I had a whole theory once about how hobbits were drug runners and Saruman was the legal authority trying to stop them, while Gandalf was a drug addled ex-cop. Pipe weed indeed...


I think halflings have always been the lazy bums waiting for lunch and whining about their lives. I wouldn't exclude them from the game for it of course, but there's that.

In my decades of D&D, I've had almost every race in a game, and it's really about the players. We had a group once that was a centaur, an aaracokra, a half dryad and a kender. It worked amazingly well. (And, for those in the know, it showcases that we had too many dragon magazines!)

The thing comes to which are "core" races of a world for adventurers and which can fit the heroic image. Plenty of folks don't think gnomes fit that archtype, the problem is the folks at WotC also think that. So, we get their unified vision of boringness.


----------



## Hussar (Jul 14, 2008)

Vocenoctum said:


> I had a whole theory once about how hobbits were drug runners and Saruman was the legal authority trying to stop them, while Gandalf was a drug addled ex-cop. Pipe weed indeed...
> 
> 
> I think halflings have always been the lazy bums waiting for lunch and whining about their lives. I wouldn't exclude them from the game for it of course, but there's that.
> ...




Isn't it funny though that your "out there" campaign had a halfling variant, but still no gnome.

It's not a unified vision of boringness.  That's what I don't get.  It's not that people hated gnomes, its that gnomes were completely and utterly forgotten about in most games.  I'm sorry for both gnome fans, but, so few people EVER played them.  I did.  I played gnomes a couple of times.  But, I'm the only person I've ever played with who did.

It's not like they stepped back and said, "Oh, hey, here's this really interesting race that everyone likes to play, let's axe that."  It's far closer to say, "Oh hey, here's this race that's been taking up space in the PHB for thirty years that almost no one ever plays.  Let's axe that."

I would be willing to be dollars to donuts, that if you looked at the RPGA stats, you'd see that half orcs and gnomes place WAY at the bottom of the player barrel.

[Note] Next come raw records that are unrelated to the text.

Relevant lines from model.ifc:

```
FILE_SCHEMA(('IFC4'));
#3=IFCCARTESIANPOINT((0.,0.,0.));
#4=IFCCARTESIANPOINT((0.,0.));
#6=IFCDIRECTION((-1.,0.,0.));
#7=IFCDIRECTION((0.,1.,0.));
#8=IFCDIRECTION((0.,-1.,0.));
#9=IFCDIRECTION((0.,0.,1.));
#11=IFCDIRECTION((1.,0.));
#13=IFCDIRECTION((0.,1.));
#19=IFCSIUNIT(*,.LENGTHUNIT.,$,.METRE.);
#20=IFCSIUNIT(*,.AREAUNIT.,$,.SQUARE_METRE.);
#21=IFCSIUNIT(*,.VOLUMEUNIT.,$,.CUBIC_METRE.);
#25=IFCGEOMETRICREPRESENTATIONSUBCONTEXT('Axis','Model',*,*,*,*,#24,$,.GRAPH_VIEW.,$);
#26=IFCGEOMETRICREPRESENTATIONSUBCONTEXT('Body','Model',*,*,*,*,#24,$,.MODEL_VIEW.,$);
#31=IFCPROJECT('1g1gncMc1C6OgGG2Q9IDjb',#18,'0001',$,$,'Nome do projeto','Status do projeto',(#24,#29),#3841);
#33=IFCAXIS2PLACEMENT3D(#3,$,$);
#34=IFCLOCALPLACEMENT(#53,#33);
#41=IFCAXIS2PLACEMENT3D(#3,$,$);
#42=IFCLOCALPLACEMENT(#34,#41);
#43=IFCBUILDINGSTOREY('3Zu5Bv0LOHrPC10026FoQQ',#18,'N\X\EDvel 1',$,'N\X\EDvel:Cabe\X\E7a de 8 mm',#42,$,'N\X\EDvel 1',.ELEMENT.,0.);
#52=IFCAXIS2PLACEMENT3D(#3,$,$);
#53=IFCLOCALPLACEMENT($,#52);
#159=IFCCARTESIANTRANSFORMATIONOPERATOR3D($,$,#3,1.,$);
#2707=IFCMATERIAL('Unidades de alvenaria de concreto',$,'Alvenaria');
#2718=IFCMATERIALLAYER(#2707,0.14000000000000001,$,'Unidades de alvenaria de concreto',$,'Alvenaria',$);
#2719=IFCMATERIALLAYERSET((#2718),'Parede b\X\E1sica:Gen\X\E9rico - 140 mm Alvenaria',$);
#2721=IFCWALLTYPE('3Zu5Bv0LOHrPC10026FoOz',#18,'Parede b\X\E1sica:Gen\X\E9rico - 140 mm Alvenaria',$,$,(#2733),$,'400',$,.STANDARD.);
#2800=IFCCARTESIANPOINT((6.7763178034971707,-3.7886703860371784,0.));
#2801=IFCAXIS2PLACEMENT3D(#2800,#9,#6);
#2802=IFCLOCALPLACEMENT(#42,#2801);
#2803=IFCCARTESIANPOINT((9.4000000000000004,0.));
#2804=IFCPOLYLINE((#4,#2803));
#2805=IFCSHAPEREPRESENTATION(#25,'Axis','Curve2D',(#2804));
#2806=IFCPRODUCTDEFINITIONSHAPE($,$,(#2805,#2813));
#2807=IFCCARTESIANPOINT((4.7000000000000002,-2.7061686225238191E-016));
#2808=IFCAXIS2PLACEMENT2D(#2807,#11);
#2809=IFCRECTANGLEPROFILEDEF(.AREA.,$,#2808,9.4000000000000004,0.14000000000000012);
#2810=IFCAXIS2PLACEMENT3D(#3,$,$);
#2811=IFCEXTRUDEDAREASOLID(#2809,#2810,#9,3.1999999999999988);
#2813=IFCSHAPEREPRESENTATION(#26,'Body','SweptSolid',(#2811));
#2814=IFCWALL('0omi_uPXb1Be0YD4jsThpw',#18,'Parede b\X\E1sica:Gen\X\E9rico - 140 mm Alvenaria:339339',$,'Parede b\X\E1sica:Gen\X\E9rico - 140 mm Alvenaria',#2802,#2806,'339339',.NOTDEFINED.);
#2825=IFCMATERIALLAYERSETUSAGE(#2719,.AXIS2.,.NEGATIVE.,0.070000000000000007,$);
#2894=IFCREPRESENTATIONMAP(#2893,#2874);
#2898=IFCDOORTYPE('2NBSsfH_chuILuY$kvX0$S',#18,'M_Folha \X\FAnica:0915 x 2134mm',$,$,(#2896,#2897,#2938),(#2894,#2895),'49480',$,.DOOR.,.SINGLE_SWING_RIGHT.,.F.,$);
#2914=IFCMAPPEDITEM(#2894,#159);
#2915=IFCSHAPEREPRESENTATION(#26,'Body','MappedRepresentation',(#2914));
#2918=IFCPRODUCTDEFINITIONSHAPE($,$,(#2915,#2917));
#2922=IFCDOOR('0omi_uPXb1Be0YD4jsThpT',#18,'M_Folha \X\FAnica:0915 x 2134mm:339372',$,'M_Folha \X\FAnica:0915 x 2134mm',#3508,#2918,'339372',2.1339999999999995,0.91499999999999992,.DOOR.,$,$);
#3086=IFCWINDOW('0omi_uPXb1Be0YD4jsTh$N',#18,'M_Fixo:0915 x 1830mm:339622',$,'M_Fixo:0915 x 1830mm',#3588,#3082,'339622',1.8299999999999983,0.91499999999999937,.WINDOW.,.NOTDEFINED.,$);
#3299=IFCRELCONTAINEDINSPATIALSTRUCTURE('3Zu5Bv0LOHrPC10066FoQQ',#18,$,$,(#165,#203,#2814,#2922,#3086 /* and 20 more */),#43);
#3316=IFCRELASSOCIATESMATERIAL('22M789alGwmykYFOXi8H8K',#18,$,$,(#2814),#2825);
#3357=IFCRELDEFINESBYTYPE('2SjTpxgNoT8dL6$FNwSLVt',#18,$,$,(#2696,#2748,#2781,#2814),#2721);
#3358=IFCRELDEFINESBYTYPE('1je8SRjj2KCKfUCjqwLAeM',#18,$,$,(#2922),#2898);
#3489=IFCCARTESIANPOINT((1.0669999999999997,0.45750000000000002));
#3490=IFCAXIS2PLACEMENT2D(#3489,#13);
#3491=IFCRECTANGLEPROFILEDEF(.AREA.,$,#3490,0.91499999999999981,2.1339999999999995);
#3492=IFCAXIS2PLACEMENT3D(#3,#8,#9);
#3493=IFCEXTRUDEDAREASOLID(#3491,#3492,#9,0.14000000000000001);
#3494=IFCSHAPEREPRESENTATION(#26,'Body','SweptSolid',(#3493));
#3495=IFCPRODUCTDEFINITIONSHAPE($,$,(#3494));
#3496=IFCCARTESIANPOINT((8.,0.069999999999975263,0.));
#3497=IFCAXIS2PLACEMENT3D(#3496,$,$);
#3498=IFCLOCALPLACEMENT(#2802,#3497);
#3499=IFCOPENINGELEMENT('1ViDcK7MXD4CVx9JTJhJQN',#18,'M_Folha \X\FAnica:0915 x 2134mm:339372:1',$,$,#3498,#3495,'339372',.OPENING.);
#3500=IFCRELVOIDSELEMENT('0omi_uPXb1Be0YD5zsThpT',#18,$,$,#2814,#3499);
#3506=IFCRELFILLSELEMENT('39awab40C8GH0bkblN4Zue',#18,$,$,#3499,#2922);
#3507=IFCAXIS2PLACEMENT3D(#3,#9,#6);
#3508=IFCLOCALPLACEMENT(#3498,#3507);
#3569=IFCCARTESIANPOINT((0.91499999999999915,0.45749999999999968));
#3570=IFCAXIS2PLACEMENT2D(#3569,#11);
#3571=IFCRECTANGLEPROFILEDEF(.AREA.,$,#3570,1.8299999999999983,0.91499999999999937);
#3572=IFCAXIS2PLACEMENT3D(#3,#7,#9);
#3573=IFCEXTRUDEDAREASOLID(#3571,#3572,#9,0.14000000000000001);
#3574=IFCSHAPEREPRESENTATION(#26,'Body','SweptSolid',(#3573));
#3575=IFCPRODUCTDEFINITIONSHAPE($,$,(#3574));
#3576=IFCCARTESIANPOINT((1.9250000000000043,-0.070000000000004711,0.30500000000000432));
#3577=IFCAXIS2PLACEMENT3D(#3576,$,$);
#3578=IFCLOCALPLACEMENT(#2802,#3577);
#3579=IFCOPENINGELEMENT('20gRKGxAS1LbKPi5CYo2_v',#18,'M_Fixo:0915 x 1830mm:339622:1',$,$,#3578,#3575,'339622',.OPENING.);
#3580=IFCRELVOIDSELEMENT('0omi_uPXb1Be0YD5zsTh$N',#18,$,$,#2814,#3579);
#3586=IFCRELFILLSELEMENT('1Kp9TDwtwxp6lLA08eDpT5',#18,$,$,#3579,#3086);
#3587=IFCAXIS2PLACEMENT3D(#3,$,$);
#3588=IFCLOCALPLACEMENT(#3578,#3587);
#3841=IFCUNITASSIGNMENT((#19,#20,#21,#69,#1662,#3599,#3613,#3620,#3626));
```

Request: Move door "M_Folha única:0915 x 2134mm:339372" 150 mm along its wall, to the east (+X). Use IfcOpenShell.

```python
import ifcopenshell
import ifcopenshell.api.geometry
import ifcopenshell.util.placement
import ifcopenshell.util.unit

model = ifcopenshell.open("model.ifc")
unit_scale = ifcopenshell.util.unit.calculate_unit_scale(model)

door = model.by_id(2922)
opening = door.FillsVoids[0].RelatingOpeningElement
wall = opening.VoidsElements[0].RelatingBuildingElement

wall_matrix = ifcopenshell.util.placement.get_local_placement(wall.ObjectPlacement)
shift = wall_matrix[:3, 0] * -0.15 / unit_scale
before = ifcopenshell.util.placement.get_local_placement(door.ObjectPlacement)[:3, 3].copy()

# The door is placed relative to its opening, so it follows when the opening moves.
matrix = ifcopenshell.util.placement.get_local_placement(opening.ObjectPlacement)
matrix[:3, 3] += shift
ifcopenshell.api.geometry.edit_object_placement(
    model, product=opening, matrix=matrix, is_si=False, should_transform_children=True
)

after = ifcopenshell.util.placement.get_local_placement(door.ObjectPlacement)[:3, 3]
print("door moved by", (after - before).round(3) + 0.0)

model.write("model_rev.ifc")
```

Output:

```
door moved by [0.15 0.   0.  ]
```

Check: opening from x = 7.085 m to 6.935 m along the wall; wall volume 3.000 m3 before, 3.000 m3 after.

No one hates gnomes.  Or at least about as many people hate gnomes as like them.  The vast majority just plain out don't care.

Thirty years hasn't made gnomes interesting.  How much longer should they keep trying?


----------



## Whizbang Dustyboots (Jul 14, 2008)

It doesn't help that TSR, WotC and even Kenzer seem to hire people who don't seem to have any enthusiasm for gnomes to write their gnome supplements.

Companies: Don't do it until you find someone who can write (and on deadline and to a word count) that is pumped about them. Really, this is good advice for any topic, but it's especially glaring when you do it with gnomes.

Note: I can write (and on deadline and to a word count) and I am pumped about them. See my Unified Theory post for my take on them.


----------



## Vocenoctum (Jul 14, 2008)

Hussar said:


> Isn't it funny though that your "out there" campaign had a halfling variant, but still no gnome.




Uh, no, because gnomes are a normal part of D&D...?

There was no human either, so obviously they're rare. Or something. I'm not sure what point you were going for.



> It's not a unified vision of boringness.  That's what I don't get.  It's not that people hated gnomes, its that gnomes were completely and utterly forgotten about in most games.  I'm sorry for both gnome fans, but, so few people EVER played them.  I did.  I played gnomes a couple of times.  But, I'm the only person I've ever played with who did.




As I mentioned, gnomes had no one at WotC to champion their cause and were sort of left to the side. (In 3e) When they decided they needed "new races", rather than use them to fill a role they wanted filled, they felt safe to axe them.

And really, it's not even that most times. It's the dismissive part of it ("I'm sorry for both gnome fans") that aggravates the situation. "Common wisdom" says gnomes weren't popular, so when people complained to WotC about the lack of gnome figures in DDM, WotC felt safe in making their April Fools article. Did we get more gnomes in DDM? Not really, a few trickled here and there. (There are far more kobolds than gnomes. And since the "factions" are supposed to be balanced, it's not even an issue of "we need more monsters".)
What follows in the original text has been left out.